++++ Records provided ++++

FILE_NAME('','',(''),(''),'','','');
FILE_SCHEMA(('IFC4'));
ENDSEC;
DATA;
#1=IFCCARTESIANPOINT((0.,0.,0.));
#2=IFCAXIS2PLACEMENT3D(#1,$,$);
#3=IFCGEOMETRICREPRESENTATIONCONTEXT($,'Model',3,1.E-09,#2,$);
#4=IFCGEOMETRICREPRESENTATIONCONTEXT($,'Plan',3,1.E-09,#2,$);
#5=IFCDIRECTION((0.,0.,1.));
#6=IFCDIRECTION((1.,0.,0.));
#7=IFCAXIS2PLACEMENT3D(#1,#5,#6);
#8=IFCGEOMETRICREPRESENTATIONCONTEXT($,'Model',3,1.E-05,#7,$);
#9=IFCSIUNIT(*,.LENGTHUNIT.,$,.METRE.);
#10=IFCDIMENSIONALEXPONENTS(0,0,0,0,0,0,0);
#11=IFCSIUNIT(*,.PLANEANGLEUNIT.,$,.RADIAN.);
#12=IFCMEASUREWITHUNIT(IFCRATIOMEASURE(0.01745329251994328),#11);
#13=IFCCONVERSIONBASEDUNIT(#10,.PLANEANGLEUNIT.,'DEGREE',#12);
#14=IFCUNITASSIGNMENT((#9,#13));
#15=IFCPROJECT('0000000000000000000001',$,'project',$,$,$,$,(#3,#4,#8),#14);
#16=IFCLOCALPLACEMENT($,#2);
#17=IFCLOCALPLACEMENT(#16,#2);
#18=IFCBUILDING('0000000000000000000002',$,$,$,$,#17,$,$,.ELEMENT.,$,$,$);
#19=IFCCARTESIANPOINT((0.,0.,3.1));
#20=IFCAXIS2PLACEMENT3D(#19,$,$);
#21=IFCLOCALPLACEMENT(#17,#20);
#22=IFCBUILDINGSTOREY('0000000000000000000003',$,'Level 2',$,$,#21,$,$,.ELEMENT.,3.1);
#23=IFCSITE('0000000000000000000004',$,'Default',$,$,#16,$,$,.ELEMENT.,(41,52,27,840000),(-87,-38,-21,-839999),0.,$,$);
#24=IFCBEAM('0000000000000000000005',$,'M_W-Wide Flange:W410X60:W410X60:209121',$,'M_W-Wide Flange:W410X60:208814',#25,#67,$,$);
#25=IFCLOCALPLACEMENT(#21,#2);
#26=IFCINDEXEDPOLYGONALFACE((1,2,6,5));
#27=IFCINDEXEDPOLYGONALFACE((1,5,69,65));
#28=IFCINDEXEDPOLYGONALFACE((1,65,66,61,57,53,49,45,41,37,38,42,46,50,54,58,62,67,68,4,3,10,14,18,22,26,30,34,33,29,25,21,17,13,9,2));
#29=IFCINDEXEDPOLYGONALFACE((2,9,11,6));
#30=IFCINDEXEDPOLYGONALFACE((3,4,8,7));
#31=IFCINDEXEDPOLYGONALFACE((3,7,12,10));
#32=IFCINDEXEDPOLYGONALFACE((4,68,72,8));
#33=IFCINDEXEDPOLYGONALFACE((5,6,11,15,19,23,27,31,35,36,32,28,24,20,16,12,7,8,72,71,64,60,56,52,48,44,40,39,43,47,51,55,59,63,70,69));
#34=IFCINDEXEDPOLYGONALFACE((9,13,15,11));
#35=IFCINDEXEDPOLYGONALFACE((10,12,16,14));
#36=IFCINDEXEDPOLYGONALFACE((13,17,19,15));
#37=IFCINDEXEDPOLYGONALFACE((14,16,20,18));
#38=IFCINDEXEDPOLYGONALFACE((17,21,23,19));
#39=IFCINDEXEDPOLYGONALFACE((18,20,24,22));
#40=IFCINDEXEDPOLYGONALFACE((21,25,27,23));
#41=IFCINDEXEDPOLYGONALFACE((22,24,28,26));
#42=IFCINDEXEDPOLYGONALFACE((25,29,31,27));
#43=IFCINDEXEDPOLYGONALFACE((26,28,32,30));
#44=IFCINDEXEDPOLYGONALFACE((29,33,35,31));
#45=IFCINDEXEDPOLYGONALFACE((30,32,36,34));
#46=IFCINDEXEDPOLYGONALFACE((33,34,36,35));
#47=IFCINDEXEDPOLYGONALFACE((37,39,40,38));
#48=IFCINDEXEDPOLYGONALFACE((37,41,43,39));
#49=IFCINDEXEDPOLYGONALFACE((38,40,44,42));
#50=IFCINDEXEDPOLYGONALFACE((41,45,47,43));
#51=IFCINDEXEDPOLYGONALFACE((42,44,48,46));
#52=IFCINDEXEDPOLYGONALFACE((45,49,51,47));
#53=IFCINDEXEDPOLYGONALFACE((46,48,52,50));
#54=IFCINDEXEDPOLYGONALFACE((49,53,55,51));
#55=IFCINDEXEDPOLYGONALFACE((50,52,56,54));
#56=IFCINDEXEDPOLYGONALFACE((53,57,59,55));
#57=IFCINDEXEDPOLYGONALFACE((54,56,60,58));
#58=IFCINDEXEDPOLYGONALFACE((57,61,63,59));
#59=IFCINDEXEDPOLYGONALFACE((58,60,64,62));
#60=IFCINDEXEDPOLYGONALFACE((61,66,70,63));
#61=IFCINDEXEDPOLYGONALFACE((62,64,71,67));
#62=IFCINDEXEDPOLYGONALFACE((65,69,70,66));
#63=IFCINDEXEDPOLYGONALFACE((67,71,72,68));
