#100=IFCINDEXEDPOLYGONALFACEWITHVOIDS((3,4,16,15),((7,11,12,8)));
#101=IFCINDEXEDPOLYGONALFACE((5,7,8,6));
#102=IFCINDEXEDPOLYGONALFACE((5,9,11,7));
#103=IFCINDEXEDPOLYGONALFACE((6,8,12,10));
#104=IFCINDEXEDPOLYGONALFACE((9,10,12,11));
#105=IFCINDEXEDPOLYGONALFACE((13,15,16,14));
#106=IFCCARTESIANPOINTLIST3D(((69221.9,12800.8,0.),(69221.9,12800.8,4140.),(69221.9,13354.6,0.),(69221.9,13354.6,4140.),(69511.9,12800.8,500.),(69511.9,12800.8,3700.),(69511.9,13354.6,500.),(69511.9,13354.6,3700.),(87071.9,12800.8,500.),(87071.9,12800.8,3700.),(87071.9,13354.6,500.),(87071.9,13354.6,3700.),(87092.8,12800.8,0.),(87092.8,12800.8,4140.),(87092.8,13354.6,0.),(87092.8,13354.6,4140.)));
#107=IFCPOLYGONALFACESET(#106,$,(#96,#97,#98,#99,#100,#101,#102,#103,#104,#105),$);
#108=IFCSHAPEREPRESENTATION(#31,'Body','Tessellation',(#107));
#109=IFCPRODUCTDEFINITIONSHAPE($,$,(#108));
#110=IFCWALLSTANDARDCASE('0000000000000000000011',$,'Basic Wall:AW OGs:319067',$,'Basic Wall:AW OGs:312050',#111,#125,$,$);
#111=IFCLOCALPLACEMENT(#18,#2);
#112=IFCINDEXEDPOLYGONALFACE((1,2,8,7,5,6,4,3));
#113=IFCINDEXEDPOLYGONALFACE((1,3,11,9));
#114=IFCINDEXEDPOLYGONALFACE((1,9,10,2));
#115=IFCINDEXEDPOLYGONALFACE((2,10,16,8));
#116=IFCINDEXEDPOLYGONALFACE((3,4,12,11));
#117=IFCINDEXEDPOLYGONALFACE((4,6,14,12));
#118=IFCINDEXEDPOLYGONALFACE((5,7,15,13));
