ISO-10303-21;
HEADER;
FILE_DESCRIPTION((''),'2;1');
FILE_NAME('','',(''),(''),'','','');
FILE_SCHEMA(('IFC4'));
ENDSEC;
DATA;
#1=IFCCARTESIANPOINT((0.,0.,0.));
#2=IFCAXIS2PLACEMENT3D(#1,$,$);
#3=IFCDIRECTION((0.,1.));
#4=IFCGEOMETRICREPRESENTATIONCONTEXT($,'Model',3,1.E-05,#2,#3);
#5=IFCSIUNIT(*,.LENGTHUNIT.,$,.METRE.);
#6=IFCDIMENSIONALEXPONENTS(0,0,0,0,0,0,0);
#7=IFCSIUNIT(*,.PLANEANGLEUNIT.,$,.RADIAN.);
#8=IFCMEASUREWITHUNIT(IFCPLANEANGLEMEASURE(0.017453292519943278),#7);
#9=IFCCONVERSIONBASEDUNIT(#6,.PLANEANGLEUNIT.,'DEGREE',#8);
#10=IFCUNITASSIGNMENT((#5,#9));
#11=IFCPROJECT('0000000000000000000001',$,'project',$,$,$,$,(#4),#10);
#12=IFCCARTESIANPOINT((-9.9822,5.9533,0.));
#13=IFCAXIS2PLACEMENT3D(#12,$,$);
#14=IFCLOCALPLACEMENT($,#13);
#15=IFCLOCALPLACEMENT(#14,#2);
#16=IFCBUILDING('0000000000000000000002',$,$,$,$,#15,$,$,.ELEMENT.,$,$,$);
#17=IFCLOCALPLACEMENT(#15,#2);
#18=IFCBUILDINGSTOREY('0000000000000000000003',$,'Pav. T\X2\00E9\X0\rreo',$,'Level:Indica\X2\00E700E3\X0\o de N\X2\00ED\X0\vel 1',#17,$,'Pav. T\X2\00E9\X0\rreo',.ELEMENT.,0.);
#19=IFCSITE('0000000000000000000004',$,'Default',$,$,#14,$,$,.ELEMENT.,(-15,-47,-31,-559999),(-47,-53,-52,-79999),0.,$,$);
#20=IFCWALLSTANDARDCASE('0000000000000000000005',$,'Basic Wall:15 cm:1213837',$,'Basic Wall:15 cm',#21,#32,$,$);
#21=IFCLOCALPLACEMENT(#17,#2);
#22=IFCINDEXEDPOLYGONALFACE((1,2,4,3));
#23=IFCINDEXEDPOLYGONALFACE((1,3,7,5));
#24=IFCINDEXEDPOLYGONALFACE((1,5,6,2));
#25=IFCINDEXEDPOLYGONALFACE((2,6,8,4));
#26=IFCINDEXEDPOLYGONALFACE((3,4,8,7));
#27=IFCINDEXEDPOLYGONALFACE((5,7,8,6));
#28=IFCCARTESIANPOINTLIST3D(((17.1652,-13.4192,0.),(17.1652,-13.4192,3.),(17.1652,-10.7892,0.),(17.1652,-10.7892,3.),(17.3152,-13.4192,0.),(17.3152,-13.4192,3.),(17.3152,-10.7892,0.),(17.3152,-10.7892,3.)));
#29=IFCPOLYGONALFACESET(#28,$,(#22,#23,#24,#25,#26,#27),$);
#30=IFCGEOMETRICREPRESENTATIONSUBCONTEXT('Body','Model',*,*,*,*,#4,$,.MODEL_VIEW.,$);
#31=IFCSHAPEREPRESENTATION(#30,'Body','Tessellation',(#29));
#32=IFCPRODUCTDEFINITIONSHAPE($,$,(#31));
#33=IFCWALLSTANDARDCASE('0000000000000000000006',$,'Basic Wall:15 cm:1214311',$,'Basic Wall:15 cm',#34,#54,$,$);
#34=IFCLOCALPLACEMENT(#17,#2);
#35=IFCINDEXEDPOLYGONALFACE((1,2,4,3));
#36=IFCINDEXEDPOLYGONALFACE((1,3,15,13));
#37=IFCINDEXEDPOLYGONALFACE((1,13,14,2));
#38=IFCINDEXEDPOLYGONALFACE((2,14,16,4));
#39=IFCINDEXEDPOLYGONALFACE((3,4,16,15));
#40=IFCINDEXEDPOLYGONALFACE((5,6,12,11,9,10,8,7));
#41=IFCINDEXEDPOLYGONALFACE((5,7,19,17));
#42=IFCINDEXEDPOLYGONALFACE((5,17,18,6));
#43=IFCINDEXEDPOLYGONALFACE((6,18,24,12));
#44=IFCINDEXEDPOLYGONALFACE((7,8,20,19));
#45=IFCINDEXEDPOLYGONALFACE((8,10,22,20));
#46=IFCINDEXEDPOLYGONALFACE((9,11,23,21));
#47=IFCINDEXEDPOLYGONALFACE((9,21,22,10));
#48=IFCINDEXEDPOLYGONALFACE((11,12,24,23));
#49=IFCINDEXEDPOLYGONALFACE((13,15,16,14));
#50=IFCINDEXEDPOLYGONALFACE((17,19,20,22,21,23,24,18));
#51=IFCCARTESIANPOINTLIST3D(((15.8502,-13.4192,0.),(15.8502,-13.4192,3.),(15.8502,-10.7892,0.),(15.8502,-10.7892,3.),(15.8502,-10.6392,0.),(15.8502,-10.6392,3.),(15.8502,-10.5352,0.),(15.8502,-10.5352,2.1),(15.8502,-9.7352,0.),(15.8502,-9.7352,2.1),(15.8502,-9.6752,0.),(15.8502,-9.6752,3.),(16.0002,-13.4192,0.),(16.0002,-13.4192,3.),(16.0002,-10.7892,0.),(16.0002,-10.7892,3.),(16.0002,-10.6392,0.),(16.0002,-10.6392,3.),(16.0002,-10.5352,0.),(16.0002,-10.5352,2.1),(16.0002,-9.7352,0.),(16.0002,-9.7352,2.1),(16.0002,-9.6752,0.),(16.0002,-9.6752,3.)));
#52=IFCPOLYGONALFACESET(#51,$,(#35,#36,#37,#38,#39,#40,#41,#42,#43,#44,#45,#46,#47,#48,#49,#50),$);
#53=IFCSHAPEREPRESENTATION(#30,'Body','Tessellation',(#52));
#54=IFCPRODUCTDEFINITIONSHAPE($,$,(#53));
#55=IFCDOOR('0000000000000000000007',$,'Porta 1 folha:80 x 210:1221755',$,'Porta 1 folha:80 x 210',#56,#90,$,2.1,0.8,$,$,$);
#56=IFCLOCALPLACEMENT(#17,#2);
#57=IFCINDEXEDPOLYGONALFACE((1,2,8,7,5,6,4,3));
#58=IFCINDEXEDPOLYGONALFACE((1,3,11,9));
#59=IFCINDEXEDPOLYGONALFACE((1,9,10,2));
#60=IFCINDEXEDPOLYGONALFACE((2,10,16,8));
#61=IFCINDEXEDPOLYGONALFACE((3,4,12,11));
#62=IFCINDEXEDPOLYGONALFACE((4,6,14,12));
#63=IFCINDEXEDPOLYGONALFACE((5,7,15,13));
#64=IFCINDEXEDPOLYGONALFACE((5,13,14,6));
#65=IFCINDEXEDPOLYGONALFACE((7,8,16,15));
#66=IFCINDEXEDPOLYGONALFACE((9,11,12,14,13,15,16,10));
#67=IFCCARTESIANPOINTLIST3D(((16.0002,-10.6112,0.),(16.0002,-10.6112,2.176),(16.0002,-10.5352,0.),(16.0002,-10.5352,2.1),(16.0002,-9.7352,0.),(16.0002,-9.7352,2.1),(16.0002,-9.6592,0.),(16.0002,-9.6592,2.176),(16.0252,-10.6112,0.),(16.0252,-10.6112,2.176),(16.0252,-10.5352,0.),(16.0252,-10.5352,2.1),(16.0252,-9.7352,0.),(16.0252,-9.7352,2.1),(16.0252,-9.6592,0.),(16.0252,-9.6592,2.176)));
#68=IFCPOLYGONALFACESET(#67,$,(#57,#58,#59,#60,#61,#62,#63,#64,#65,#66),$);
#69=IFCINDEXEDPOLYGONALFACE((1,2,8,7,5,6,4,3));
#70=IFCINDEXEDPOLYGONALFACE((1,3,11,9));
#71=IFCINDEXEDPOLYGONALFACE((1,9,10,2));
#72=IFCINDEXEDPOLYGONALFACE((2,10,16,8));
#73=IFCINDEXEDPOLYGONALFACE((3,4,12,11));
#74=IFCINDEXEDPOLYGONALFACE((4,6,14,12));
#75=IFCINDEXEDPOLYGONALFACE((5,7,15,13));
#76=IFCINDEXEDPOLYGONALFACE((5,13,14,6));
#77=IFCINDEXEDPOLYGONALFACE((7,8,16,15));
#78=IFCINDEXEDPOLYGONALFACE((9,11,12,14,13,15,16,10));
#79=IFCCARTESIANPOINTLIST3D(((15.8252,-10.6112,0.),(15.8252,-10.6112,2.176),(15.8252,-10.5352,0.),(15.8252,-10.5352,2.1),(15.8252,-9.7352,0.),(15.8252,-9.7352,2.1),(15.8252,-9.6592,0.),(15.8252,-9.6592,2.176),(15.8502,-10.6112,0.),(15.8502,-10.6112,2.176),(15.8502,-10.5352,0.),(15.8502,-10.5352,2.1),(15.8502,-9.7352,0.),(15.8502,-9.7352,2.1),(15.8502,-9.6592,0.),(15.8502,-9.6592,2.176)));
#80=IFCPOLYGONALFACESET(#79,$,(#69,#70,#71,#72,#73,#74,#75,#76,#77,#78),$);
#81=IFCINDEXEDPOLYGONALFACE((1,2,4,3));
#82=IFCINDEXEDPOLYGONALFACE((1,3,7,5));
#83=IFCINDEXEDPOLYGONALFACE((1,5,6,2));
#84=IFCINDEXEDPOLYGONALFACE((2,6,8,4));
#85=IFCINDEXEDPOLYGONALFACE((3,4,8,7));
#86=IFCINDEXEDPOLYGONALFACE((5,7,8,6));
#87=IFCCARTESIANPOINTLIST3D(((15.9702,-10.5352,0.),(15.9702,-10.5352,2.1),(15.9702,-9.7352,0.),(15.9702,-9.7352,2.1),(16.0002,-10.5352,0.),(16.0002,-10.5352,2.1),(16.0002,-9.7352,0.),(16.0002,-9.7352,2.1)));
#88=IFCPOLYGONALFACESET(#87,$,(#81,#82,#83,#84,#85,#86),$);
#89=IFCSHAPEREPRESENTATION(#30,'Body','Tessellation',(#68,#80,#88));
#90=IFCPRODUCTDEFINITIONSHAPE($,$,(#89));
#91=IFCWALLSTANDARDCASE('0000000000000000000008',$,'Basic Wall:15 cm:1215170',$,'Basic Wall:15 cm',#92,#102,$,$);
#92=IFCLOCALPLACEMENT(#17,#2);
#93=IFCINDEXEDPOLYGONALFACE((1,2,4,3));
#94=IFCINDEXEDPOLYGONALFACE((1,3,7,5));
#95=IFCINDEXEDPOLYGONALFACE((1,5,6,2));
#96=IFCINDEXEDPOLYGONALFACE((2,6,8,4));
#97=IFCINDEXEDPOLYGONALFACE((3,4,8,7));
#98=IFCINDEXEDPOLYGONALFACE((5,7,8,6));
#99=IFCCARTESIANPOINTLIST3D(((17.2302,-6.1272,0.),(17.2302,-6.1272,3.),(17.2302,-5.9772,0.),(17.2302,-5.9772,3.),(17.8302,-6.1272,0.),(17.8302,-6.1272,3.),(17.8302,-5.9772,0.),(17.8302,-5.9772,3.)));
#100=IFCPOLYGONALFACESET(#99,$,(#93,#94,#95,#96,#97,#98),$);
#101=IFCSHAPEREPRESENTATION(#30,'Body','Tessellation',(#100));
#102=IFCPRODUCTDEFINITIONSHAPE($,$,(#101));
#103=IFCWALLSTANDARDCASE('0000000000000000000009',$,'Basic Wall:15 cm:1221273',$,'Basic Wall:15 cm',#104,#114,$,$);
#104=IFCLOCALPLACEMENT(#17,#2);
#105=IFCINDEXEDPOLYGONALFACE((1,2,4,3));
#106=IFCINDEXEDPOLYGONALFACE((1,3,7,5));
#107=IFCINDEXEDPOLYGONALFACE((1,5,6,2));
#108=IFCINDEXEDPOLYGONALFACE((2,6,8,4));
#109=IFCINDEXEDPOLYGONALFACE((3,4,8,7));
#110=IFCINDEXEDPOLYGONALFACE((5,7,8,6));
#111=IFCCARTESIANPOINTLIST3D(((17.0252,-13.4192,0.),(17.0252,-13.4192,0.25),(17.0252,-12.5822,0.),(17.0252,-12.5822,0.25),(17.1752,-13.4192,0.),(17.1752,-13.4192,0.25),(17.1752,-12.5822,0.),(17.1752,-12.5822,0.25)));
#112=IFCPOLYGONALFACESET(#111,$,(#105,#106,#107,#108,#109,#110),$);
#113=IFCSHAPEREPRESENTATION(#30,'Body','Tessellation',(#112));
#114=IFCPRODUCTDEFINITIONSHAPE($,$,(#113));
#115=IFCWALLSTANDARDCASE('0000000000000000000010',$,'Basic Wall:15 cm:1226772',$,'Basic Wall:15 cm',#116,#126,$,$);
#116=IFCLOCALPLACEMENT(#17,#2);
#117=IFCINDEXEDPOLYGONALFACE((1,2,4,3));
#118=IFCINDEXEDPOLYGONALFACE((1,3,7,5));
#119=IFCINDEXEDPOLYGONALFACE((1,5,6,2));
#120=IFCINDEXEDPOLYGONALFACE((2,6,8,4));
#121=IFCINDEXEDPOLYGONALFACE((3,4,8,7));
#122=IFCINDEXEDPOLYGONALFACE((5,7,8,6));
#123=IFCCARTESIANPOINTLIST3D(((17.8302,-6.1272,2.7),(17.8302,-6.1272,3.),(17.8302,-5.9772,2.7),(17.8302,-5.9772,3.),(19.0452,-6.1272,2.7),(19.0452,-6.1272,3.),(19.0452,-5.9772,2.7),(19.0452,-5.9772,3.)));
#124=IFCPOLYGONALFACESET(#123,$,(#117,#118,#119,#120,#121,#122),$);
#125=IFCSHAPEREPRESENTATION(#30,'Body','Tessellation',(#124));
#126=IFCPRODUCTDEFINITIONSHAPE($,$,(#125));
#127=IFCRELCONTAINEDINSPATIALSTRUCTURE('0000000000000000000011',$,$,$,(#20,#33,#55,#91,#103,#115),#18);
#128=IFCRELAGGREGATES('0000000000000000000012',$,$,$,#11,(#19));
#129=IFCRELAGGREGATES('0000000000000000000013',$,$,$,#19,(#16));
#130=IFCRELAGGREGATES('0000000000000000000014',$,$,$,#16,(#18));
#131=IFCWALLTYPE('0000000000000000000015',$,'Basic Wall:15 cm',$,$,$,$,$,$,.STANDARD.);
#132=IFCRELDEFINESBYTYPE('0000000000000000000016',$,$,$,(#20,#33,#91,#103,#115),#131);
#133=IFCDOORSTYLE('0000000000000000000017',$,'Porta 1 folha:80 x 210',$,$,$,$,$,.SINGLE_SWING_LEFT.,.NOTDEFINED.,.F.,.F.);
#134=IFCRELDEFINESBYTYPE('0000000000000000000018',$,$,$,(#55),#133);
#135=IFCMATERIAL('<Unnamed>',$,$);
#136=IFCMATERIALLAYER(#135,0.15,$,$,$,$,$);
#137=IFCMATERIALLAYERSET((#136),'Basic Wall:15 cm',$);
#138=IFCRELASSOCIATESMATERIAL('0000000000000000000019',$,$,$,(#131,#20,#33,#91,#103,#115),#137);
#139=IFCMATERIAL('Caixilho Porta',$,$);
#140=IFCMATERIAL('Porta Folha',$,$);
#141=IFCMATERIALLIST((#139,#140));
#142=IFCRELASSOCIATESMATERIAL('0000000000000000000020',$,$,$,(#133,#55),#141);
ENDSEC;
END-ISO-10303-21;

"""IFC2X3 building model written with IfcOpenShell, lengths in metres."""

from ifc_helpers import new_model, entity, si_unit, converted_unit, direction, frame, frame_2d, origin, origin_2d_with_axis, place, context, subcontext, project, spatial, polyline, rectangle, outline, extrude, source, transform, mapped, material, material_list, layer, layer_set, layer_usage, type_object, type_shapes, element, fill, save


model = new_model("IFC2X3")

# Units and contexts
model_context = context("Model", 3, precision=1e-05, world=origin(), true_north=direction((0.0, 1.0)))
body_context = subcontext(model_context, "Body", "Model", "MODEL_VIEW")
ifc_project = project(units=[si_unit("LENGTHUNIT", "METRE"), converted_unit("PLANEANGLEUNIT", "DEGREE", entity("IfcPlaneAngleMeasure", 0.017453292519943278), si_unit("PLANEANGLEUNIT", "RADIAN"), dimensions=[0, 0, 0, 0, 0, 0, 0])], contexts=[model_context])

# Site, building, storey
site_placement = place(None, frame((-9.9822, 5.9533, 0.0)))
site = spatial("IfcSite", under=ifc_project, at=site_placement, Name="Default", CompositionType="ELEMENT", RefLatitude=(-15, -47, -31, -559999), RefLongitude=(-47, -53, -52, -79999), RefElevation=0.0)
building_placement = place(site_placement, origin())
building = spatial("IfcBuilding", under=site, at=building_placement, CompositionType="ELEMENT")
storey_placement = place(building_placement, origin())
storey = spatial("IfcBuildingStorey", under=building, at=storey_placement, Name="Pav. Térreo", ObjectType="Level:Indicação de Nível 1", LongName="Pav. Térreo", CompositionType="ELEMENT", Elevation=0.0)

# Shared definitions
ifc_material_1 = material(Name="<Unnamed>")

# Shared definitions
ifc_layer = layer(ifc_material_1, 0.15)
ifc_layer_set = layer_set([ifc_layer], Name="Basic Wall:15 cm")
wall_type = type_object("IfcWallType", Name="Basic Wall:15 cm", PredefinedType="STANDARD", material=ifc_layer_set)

++++
++++ Records provided ++++

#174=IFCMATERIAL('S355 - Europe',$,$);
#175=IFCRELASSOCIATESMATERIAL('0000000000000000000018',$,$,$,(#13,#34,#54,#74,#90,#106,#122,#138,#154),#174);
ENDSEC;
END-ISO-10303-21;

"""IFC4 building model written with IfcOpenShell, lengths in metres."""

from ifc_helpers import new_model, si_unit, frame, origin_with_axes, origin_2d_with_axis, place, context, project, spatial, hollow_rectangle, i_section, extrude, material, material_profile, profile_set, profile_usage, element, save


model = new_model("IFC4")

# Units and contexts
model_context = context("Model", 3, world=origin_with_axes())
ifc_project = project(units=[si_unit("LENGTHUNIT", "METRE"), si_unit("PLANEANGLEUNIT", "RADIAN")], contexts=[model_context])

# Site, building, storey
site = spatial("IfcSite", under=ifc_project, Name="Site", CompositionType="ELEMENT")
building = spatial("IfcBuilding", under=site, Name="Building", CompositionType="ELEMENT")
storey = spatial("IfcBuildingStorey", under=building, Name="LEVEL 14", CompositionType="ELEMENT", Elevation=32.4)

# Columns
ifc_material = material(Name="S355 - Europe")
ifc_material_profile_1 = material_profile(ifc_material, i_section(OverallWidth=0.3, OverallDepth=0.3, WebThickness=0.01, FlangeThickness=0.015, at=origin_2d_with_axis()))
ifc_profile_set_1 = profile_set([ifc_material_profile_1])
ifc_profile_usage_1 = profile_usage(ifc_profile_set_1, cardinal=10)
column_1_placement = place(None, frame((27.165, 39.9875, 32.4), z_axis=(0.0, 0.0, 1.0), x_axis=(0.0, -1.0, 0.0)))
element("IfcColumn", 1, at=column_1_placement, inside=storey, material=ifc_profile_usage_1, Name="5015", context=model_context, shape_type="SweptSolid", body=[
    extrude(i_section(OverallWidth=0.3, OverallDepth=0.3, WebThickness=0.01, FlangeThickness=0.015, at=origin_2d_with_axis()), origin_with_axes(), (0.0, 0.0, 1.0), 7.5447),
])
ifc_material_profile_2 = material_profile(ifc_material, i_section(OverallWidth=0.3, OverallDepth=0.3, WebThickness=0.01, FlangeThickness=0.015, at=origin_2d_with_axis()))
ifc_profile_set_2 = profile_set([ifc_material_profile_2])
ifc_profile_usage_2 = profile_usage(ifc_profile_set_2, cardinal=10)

++++

## Assignment
In the listing above, locate the line containing "#111=IFCLOCALPLACEMENT(#18,#2);" and the line containing "#32=IFCPRODUCTDEFINITIONSHAPE($,$,(#31));". Transcribe those two lines and everything between them, exactly as written.

## Result of this task
#111=IFCLOCALPLACEMENT(#18,#2);
#112=IFCINDEXEDPOLYGONALFACE((1,2,8,7,5,6,4,3));
#113=IFCINDEXEDPOLYGONALFACE((1,3,11,9));
#114=IFCINDEXEDPOLYGONALFACE((1,9,10,2));
#115=IFCINDEXEDPOLYGONALFACE((2,10,16,8));
#116=IFCINDEXEDPOLYGONALFACE((3,4,12,11));
#117=IFCINDEXEDPOLYGONALFACE((4,6,14,12));
#118=IFCINDEXEDPOLYGONALFACE((5,7,15,13));
ISO-10303-21;
HEADER;
FILE_DESCRIPTION((''),'2;1');
FILE_NAME('','',(''),(''),'','','');
FILE_SCHEMA(('IFC4'));
ENDSEC;
DATA;
#1=IFCCARTESIANPOINT((0.,0.,0.));
#2=IFCAXIS2PLACEMENT3D(#1,$,$);
#3=IFCDIRECTION((0.,1.));
#4=IFCGEOMETRICREPRESENTATIONCONTEXT($,'Model',3,1.E-05,#2,#3);
#5=IFCSIUNIT(*,.LENGTHUNIT.,$,.METRE.);
#6=IFCDIMENSIONALEXPONENTS(0,0,0,0,0,0,0);
#7=IFCSIUNIT(*,.PLANEANGLEUNIT.,$,.RADIAN.);
#8=IFCMEASUREWITHUNIT(IFCPLANEANGLEMEASURE(0.017453292519943278),#7);
#9=IFCCONVERSIONBASEDUNIT(#6,.PLANEANGLEUNIT.,'DEGREE',#8);
#10=IFCUNITASSIGNMENT((#5,#9));
#11=IFCPROJECT('0000000000000000000001',$,'project',$,$,$,$,(#4),#10);
#12=IFCCARTESIANPOINT((-9.9822,5.9533,0.));
#13=IFCAXIS2PLACEMENT3D(#12,$,$);
#14=IFCLOCALPLACEMENT($,#13);
#15=IFCLOCALPLACEMENT(#14,#2);
#16=IFCBUILDING('0000000000000000000002',$,$,$,$,#15,$,$,.ELEMENT.,$,$,$);
#17=IFCLOCALPLACEMENT(#15,#2);
#18=IFCBUILDINGSTOREY('0000000000000000000003',$,'Pav. T\X2\00E9\X0\rreo',$,'Level:Indica\X2\00E700E3\X0\o de N\X2\00ED\X0\vel 1',#17,$,'Pav. T\X2\00E9\X0\rreo',.ELEMENT.,0.);
#19=IFCSITE('0000000000000000000004',$,'Default',$,$,#14,$,$,.ELEMENT.,(-15,-47,-31,-559999),(-47,-53,-52,-79999),0.,$,$);
#20=IFCWALLSTANDARDCASE('0000000000000000000005',$,'Basic Wall:15 cm:1213837',$,'Basic Wall:15 cm',#21,#32,$,$);
#21=IFCLOCALPLACEMENT(#17,#2);
#22=IFCINDEXEDPOLYGONALFACE((1,2,4,3));
#23=IFCINDEXEDPOLYGONALFACE((1,3,7,5));
#24=IFCINDEXEDPOLYGONALFACE((1,5,6,2));
#25=IFCINDEXEDPOLYGONALFACE((2,6,8,4));
#26=IFCINDEXEDPOLYGONALFACE((3,4,8,7));
#27=IFCINDEXEDPOLYGONALFACE((5,7,8,6));
#28=IFCCARTESIANPOINTLIST3D(((17.1652,-13.4192,0.),(17.1652,-13.4192,3.),(17.1652,-10.7892,0.),(17.1652,-10.7892,3.),(17.3152,-13.4192,0.),(17.3152,-13.4192,3.),(17.3152,-10.7892,0.),(17.3152,-10.7892,3.)));
#29=IFCPOLYGONALFACESET(#28,$,(#22,#23,#24,#25,#26,#27),$);
#30=IFCGEOMETRICREPRESENTATIONSUBCONTEXT('Body','Model',*,*,*,*,#4,$,.MODEL_VIEW.,$);
#31=IFCSHAPEREPRESENTATION(#30,'Body','Tessellation',(#29));
#32=IFCPRODUCTDEFINITIONSHAPE($,$,(#31));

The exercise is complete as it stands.